◆ Directions ◆
Return, exactly and in full, the lines of the records below starting at the one with "#33=IFCINDEXEDPOLYGONALFACE((21,25,26,22));" and ending at the one with "#39=IFCINDEXEDPOLYGONALFACE((33,37,38,34));", and no other lines.

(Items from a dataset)
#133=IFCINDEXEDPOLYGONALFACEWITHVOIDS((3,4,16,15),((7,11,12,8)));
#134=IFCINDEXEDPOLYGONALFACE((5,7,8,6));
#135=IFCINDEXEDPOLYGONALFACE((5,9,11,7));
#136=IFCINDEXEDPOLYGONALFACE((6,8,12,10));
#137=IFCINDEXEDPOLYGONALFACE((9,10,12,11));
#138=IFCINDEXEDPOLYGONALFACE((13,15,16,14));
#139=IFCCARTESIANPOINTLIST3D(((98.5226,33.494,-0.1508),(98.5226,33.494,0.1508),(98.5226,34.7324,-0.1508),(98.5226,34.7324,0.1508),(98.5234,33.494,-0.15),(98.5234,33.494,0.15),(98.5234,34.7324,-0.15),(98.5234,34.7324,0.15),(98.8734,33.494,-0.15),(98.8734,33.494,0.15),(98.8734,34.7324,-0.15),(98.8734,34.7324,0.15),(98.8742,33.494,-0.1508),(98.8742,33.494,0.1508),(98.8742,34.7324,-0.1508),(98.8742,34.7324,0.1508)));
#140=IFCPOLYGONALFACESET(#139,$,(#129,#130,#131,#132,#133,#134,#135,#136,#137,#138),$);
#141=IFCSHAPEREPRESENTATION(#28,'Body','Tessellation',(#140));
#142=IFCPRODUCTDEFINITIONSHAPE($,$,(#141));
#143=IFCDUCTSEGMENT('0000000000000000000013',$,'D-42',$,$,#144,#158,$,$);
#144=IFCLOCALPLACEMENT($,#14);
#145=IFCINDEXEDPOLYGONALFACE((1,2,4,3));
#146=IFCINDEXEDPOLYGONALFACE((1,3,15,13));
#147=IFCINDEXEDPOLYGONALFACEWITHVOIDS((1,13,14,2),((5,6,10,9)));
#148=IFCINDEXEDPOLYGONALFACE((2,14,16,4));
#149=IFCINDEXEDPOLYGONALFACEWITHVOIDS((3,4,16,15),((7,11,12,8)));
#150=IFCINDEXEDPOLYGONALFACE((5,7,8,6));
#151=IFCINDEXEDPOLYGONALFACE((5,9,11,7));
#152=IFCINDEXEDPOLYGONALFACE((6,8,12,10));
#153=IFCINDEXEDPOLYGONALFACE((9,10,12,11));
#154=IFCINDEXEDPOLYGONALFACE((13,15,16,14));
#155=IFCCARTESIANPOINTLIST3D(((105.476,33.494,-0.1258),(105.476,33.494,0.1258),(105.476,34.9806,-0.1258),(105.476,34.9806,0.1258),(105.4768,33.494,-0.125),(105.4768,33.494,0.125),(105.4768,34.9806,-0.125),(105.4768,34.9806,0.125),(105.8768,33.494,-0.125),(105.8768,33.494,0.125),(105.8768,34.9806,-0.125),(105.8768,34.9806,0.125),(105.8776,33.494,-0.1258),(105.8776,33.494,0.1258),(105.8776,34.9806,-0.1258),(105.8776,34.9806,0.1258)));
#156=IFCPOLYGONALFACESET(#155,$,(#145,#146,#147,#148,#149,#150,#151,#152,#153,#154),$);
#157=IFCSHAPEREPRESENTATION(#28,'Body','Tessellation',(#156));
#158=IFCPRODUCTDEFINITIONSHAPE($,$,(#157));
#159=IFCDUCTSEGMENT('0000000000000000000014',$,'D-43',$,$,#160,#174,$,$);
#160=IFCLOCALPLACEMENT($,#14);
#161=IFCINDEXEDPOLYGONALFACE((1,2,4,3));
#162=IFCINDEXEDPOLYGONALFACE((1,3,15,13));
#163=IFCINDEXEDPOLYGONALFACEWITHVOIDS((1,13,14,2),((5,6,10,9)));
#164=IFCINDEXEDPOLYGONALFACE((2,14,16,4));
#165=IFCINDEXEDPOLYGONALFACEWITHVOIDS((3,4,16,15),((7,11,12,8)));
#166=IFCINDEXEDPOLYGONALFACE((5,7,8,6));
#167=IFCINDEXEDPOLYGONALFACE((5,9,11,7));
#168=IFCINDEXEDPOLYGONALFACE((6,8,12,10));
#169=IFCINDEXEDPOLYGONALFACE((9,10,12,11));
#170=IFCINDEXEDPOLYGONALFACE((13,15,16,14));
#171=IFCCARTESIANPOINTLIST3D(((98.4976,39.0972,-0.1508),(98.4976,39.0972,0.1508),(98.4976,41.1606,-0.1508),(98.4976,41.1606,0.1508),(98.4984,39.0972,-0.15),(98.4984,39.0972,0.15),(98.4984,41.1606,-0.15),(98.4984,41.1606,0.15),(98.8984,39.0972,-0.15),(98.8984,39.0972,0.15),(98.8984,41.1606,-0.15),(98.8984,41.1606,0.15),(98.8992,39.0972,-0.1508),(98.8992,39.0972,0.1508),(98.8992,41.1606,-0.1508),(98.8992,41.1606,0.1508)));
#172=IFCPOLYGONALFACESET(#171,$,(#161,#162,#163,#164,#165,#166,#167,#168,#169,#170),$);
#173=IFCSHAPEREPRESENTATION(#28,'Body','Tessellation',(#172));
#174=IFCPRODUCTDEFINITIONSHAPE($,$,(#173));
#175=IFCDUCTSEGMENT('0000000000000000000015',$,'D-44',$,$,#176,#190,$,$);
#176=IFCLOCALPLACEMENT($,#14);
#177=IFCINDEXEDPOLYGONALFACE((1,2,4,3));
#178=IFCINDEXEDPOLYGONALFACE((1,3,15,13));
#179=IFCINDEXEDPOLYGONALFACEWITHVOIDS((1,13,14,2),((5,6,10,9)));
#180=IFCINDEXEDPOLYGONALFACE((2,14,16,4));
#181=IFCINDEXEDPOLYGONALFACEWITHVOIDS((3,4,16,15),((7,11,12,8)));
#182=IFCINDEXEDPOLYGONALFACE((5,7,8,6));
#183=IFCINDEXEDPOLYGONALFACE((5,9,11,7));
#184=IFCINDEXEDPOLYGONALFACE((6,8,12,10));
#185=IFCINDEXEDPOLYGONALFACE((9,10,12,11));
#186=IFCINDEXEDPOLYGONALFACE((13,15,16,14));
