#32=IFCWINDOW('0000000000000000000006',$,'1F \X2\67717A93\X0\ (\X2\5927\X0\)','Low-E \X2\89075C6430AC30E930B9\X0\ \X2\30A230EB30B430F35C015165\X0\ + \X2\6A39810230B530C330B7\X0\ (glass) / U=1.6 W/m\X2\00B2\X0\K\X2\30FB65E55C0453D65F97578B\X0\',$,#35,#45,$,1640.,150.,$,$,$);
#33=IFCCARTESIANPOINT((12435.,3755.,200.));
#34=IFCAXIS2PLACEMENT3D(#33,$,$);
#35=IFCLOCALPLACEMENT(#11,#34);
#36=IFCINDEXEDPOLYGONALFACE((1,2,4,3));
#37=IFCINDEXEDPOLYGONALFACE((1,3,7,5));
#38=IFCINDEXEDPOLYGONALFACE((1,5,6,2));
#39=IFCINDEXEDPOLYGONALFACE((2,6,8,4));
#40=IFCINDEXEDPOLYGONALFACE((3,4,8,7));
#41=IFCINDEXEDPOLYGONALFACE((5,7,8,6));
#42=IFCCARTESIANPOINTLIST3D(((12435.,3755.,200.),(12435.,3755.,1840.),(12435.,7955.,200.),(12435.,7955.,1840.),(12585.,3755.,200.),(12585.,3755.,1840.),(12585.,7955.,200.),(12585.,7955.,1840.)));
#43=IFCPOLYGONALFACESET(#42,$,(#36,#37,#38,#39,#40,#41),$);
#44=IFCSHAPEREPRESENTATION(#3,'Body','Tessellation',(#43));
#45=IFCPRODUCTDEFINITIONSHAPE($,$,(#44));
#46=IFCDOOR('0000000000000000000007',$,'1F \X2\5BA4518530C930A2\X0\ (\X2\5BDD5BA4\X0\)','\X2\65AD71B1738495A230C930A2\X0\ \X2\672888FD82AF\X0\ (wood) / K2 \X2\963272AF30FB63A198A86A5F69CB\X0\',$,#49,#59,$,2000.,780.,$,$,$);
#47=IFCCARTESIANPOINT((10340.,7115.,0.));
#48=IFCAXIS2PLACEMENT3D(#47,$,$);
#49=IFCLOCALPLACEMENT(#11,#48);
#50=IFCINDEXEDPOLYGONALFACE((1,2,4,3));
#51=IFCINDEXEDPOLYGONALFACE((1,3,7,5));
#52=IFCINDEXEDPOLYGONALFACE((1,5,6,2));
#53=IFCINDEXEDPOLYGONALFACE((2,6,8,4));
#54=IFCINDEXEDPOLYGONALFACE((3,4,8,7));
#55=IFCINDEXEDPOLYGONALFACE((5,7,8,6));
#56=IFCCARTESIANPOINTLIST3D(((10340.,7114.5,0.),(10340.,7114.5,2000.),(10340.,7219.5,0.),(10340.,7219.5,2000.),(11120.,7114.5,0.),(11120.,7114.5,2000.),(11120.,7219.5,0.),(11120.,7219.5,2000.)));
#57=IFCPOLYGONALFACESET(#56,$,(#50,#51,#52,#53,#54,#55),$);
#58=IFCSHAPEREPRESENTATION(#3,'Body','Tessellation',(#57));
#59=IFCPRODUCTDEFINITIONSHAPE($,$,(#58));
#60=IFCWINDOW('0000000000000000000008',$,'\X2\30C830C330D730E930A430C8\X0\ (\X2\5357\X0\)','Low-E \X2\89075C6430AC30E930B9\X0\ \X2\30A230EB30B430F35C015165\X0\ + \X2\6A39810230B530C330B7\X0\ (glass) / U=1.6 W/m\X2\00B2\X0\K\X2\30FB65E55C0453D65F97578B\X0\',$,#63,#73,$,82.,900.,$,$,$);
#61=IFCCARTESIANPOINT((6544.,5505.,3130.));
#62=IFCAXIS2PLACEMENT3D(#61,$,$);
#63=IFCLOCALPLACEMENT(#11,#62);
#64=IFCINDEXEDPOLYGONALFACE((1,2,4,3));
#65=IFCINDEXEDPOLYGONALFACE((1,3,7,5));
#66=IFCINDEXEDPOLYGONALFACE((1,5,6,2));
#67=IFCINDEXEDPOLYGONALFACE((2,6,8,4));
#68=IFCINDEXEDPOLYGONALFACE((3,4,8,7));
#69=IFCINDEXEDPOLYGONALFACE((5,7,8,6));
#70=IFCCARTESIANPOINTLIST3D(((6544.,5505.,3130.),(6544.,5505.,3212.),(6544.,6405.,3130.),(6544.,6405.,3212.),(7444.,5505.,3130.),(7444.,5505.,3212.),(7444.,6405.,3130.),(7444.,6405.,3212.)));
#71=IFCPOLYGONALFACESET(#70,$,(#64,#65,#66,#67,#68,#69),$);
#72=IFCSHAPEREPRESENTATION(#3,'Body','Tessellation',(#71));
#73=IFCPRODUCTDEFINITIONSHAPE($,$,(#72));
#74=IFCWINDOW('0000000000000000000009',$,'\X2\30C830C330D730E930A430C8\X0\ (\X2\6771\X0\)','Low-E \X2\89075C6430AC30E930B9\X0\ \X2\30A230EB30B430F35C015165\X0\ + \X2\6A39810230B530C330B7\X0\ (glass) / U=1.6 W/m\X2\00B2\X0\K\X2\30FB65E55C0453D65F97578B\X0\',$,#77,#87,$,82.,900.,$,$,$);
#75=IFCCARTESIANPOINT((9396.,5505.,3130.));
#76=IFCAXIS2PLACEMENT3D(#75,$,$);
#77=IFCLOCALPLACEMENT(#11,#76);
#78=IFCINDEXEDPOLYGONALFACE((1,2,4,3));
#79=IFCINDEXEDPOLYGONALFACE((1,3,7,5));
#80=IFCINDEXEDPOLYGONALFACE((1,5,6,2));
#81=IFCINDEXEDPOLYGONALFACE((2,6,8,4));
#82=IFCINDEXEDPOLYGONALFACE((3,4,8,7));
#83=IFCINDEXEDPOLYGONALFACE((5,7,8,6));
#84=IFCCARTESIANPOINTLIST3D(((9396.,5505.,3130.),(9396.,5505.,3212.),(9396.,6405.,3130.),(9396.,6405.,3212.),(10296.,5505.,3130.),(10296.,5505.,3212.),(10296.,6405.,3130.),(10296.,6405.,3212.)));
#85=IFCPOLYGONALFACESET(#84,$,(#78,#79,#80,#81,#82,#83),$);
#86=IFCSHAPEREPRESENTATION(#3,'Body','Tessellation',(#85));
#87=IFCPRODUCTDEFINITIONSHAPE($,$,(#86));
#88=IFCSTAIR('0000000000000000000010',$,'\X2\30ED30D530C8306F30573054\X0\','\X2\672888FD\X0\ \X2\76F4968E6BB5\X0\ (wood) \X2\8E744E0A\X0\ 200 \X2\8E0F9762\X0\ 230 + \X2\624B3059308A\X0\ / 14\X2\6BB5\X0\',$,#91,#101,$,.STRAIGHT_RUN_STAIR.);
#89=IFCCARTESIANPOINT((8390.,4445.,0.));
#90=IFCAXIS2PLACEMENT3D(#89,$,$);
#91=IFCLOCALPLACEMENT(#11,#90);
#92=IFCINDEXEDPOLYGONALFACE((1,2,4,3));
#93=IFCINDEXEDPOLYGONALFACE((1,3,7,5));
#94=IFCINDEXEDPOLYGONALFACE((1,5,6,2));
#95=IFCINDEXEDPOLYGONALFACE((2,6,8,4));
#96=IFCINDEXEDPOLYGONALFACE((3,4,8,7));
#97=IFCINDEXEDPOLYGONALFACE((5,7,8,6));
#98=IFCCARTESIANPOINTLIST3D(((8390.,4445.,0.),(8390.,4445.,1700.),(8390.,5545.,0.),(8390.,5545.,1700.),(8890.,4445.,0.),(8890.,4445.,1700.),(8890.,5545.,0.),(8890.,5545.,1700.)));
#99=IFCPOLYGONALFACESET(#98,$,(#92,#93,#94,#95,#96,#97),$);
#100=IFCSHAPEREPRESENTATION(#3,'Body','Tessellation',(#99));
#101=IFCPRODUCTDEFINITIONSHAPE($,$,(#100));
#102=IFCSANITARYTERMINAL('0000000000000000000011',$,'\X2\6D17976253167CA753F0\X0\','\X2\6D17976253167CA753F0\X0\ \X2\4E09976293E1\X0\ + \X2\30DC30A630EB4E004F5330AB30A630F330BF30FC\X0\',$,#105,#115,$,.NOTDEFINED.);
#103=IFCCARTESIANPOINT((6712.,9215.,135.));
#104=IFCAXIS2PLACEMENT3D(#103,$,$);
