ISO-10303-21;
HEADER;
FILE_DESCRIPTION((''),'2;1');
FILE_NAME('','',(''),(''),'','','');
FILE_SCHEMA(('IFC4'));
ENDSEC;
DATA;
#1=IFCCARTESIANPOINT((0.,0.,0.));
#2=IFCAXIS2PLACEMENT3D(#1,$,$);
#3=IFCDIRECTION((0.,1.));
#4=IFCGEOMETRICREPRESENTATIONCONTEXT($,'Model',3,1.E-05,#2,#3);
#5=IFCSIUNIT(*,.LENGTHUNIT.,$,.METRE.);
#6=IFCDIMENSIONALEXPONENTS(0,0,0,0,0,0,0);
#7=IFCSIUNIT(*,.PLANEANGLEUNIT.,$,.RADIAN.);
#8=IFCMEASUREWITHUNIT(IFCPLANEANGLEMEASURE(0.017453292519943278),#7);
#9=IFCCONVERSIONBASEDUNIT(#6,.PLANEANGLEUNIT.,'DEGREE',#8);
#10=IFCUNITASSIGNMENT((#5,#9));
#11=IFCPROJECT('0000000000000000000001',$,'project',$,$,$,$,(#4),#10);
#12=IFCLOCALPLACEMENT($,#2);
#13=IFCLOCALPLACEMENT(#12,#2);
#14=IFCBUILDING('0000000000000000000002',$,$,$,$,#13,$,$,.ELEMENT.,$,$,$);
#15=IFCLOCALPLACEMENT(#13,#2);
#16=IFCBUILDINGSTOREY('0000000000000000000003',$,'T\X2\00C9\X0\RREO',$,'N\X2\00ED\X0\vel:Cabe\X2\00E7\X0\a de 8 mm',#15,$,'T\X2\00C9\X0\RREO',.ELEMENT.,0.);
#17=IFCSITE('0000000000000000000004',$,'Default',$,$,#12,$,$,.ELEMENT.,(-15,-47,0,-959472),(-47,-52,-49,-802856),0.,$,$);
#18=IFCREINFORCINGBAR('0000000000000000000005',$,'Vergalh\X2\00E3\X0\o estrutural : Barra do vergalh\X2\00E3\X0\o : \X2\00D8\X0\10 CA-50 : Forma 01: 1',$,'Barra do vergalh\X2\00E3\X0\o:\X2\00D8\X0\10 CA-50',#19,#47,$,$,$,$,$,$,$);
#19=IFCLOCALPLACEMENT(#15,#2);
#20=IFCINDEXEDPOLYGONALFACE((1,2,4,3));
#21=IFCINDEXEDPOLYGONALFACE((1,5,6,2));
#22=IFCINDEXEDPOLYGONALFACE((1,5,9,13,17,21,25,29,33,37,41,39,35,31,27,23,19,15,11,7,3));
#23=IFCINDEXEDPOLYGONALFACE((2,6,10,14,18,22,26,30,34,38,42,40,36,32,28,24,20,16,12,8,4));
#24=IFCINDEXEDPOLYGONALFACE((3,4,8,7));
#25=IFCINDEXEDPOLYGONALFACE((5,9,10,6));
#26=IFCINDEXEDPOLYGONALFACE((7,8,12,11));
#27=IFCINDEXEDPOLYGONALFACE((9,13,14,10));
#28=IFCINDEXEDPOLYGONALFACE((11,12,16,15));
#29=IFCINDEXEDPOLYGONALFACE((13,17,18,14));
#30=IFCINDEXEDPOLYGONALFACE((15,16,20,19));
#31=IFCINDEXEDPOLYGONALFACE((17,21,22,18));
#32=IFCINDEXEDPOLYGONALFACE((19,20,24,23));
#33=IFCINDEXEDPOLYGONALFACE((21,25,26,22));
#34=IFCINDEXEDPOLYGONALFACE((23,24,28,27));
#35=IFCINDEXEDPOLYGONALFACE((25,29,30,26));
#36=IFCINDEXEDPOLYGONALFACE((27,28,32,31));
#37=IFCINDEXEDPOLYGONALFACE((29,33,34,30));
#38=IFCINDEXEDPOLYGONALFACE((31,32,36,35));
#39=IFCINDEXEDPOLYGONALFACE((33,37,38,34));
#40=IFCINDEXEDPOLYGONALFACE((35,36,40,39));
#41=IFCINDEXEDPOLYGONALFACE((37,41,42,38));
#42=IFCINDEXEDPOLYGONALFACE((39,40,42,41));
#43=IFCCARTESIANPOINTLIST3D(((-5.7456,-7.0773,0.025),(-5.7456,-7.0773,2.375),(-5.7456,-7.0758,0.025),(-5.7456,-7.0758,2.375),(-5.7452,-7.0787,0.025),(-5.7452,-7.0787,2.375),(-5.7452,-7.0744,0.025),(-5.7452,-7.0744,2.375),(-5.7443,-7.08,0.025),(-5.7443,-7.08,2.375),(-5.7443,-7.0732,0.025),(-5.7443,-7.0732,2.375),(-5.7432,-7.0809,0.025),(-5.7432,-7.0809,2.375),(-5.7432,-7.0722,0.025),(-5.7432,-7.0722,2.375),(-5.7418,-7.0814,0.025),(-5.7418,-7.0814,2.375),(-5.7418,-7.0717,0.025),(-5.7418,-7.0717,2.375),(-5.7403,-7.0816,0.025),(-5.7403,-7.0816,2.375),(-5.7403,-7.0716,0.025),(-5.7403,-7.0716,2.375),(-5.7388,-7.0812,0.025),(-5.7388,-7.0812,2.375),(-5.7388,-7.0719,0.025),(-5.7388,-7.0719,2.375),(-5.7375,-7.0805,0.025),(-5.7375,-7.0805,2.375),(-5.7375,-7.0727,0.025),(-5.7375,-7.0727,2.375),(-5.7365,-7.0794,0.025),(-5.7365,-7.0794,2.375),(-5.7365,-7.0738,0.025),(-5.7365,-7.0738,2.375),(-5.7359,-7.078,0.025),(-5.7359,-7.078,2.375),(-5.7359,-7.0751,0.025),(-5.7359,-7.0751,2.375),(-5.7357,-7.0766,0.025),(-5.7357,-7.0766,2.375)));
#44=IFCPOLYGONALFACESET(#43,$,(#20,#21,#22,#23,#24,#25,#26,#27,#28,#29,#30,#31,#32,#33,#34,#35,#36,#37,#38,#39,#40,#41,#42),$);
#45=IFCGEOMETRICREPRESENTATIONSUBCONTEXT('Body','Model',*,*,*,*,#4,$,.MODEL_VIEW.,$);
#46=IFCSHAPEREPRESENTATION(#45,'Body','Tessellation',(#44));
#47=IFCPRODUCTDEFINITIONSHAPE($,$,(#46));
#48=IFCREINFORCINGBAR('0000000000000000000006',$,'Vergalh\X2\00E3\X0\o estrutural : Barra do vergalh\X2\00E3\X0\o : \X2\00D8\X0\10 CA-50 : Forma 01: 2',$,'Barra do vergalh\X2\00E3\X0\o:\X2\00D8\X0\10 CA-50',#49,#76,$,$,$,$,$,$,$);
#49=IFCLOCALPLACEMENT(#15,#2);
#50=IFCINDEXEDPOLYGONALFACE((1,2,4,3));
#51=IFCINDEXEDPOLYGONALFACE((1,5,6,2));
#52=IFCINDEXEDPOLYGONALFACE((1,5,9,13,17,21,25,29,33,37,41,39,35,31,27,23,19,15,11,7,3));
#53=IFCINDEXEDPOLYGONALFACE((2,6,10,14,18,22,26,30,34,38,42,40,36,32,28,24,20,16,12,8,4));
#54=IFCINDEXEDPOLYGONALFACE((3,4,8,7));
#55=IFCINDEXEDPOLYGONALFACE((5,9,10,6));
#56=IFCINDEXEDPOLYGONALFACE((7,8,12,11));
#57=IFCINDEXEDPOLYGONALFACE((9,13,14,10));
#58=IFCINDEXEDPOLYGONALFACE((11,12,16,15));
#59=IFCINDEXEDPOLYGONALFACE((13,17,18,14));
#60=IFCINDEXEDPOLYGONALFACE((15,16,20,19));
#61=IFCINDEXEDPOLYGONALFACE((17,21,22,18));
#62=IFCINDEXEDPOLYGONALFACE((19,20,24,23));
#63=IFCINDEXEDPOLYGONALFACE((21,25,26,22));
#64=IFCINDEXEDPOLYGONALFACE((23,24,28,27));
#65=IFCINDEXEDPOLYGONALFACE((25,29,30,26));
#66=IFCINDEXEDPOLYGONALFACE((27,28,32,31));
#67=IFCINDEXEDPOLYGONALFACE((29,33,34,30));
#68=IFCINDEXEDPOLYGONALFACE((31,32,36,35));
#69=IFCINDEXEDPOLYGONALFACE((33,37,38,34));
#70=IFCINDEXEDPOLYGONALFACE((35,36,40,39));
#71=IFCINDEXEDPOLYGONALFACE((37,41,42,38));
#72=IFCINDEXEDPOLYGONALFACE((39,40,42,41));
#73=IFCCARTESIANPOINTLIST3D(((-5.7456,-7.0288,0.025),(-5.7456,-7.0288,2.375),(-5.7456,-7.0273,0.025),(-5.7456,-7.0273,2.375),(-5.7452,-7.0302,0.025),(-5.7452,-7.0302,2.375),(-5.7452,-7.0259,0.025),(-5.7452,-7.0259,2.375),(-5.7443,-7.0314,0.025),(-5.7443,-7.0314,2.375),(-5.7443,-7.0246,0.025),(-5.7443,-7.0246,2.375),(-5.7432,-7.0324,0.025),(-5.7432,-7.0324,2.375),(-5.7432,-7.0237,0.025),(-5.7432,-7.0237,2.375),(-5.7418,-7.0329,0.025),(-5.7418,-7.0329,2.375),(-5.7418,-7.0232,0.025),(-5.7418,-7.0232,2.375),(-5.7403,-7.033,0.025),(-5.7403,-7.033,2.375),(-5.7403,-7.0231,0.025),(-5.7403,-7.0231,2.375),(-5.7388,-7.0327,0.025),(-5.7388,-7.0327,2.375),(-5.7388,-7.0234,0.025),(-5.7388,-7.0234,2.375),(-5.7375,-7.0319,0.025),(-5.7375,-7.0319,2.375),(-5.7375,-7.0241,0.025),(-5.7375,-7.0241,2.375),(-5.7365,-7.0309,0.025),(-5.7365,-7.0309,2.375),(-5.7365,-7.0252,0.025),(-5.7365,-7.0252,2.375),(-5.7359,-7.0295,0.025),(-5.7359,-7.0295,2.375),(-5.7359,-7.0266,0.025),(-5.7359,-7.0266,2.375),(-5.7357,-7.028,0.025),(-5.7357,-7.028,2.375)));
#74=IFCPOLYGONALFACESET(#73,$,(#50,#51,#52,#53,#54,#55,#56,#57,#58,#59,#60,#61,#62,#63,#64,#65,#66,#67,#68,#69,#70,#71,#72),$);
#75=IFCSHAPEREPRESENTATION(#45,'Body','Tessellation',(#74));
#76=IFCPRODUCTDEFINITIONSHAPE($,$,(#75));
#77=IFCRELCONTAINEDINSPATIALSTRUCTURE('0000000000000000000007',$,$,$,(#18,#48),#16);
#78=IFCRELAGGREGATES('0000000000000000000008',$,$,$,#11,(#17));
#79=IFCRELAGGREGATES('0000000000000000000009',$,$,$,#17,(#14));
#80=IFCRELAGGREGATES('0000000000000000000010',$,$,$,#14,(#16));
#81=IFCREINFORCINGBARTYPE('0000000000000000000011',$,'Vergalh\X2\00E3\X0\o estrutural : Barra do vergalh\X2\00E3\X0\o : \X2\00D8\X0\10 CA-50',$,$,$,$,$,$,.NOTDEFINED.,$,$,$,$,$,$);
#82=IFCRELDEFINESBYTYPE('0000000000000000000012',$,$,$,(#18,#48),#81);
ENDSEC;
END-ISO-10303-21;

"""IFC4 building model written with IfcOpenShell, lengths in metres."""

from ifc_helpers import new_model, entity, si_unit, converted_unit, direction, origin, place, context, subcontext, project, spatial, type_object, element, save


model = new_model("IFC4")

# Units and contexts
model_context = context("Model", 3, precision=1e-05, world=origin(), true_north=direction((0.0, 1.0)))
body_context = subcontext(model_context, "Body", "Model", "MODEL_VIEW")
ifc_project = project(units=[si_unit("LENGTHUNIT", "METRE"), converted_unit("PLANEANGLEUNIT", "DEGREE", entity("IfcPlaneAngleMeasure", 0.017453292519943278), si_unit("PLANEANGLEUNIT", "RADIAN"), dimensions=[0, 0, 0, 0, 0, 0, 0])], contexts=[model_context])

# Site, building, storey
site_placement = place(None, origin())
site = spatial("IfcSite", under=ifc_project, at=site_placement, Name="Default", CompositionType="ELEMENT", RefLatitude=(-15, -47, 0, -959472), RefLongitude=(-47, -52, -49, -802856), RefElevation=0.0)
building_placement = place(site_placement, origin())
building = spatial("IfcBuilding", under=site, at=building_placement, CompositionType="ELEMENT")
storey_placement = place(building_placement, origin())
storey = spatial("IfcBuildingStorey", under=building, at=storey_placement, Name="TÉRREO", ObjectType="Nível:Cabeça de 8 mm", LongName="TÉRREO", CompositionType="ELEMENT", Elevation=0.0)

# Reinforcing bars
reinforcing_bar_type_1 = type_object("IfcReinforcingBarType", Name="Vergalhão estrutural : Barra do vergalhão : Ø10 CA-50", PredefinedType="NOTDEFINED")
reinforcing_bar_1_placement = place(storey_placement, origin())
element("IfcReinforcingBar", 1, at=reinforcing_bar_1_placement, inside=storey, type_object=reinforcing_bar_type_1, Name="Vergalhão estrutural : Barra do vergalhão : Ø10 CA-50 : Forma 01: 1", ObjectType="Barra do vergalhão:Ø10 CA-50", context=body_context, shape_type="AdvancedSweptSolid", body=[
    entity("IfcSweptDiskSolid", entity("IfcIndexedPolyCurve", entity("IfcCartesianPointList3D", [[-5.7407, -7.0766, 0.025], [-5.7407, -7.0766, 2.375]]), None, False), 0.005, None, 0.0, 1.0),
])
reinforcing_bar_2_placement = place(storey_placement, origin())
element("IfcReinforcingBar", 2, at=reinforcing_bar_2_placement, inside=storey, type_object=reinforcing_bar_type_1, Name="Vergalhão estrutural : Barra do vergalhão : Ø10 CA-50 : Forma 01: 2", ObjectType="Barra do vergalhão:Ø10 CA-50", context=body_context, shape_type="AdvancedSweptSolid", body=[
    entity("IfcSweptDiskSolid", entity("IfcIndexedPolyCurve", entity("IfcCartesianPointList3D", [[-5.7407, -7.028, 0.025], [-5.7407, -7.028, 2.375]]), None, False), 0.005, None, 0.0, 1.0),
])

save(model, "model.ifc")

◆ Solution to the exercise ◆
#33=IFCINDEXEDPOLYGONALFACE((21,25,26,22));
#34=IFCINDEXEDPOLYGONALFACE((23,24,28,27));
#35=IFCINDEXEDPOLYGONALFACE((25,29,30,26));
#36=IFCINDEXEDPOLYGONALFACE((27,28,32,31));
#37=IFCINDEXEDPOLYGONALFACE((29,33,34,30));
#38=IFCINDEXEDPOLYGONALFACE((31,32,36,35));
#39=IFCINDEXEDPOLYGONALFACE((33,37,38,34));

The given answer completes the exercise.